(Dataset entries begins)

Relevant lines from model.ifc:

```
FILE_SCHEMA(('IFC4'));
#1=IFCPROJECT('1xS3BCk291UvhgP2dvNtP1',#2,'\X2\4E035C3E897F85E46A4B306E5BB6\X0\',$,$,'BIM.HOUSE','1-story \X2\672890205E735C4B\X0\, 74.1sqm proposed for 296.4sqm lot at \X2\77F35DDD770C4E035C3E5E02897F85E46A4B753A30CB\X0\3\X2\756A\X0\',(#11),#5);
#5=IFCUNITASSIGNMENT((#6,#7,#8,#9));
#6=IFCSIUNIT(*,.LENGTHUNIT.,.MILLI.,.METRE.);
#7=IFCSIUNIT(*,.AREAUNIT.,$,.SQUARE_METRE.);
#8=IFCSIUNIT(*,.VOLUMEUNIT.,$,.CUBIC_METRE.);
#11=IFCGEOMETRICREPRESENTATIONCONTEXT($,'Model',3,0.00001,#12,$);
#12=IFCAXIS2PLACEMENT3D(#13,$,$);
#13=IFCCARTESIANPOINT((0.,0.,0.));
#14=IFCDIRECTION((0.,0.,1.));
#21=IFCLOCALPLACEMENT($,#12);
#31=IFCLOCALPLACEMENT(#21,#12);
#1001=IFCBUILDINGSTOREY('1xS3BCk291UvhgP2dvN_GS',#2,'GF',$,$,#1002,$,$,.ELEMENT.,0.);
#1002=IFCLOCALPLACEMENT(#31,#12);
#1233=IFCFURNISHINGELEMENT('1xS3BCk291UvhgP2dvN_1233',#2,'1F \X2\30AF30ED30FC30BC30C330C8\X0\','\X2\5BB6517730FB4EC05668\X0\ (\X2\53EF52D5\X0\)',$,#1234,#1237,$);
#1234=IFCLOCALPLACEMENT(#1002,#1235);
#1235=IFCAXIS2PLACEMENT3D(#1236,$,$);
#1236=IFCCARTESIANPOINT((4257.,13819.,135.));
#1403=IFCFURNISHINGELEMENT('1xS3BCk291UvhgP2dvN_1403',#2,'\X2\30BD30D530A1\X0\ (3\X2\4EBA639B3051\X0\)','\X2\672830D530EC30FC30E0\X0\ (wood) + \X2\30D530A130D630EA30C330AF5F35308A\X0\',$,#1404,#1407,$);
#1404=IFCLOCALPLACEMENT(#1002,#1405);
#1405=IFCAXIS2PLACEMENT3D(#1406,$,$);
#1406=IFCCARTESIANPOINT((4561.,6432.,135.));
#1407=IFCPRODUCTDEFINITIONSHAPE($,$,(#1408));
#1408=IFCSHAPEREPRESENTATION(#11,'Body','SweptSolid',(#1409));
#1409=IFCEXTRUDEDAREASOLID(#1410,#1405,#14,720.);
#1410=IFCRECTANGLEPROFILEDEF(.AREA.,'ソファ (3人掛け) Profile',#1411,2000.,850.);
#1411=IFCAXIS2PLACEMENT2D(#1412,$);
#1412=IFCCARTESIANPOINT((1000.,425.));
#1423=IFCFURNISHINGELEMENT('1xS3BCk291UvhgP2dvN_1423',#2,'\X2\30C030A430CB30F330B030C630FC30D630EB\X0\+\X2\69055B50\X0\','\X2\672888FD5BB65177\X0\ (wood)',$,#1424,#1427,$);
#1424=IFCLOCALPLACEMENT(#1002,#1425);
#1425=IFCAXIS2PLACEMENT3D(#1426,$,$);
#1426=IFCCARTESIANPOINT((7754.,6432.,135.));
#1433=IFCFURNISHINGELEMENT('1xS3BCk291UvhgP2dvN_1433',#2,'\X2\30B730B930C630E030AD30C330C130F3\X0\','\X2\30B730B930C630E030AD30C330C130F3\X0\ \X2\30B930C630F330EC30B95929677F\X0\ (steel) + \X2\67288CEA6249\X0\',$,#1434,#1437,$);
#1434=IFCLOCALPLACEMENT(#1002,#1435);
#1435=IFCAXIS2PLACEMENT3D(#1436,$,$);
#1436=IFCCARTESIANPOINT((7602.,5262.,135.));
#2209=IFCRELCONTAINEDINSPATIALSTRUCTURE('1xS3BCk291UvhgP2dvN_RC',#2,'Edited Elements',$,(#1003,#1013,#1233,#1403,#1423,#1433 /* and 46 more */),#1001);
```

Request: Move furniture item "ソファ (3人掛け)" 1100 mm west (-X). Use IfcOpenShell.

```python
import ifcopenshell
import ifcopenshell.api.geometry
import ifcopenshell.util.placement
import ifcopenshell.util.unit

model = ifcopenshell.open("model.ifc")
unit_scale = ifcopenshell.util.unit.calculate_unit_scale(model)

item = model.by_guid("1xS3BCk291UvhgP2dvN_1403")
matrix = ifcopenshell.util.placement.get_local_placement(item.ObjectPlacement)
matrix[0, 3] -= 1.1 / unit_scale
ifcopenshell.api.geometry.edit_object_placement(model, product=item, matrix=matrix, is_si=False)

print(ifcopenshell.util.placement.get_local_placement(item.ObjectPlacement).round(3) + 0.0)

model.write("model_edited.ifc")
```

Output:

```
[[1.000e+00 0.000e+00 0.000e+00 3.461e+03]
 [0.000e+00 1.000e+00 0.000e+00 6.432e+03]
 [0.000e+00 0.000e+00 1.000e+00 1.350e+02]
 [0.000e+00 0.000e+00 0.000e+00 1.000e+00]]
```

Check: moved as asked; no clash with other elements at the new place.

(Dataset entries ends)

The task:
Every line that holds the string "IFCLOCALPLACEMENT" must be copied from the records above.

Exercise answer:
#21=IFCLOCALPLACEMENT($,#12);
#31=IFCLOCALPLACEMENT(#21,#12);
#1002=IFCLOCALPLACEMENT(#31,#12);
#1234=IFCLOCALPLACEMENT(#1002,#1235);
#1404=IFCLOCALPLACEMENT(#1002,#1405);
#1424=IFCLOCALPLACEMENT(#1002,#1425);
#1434=IFCLOCALPLACEMENT(#1002,#1435);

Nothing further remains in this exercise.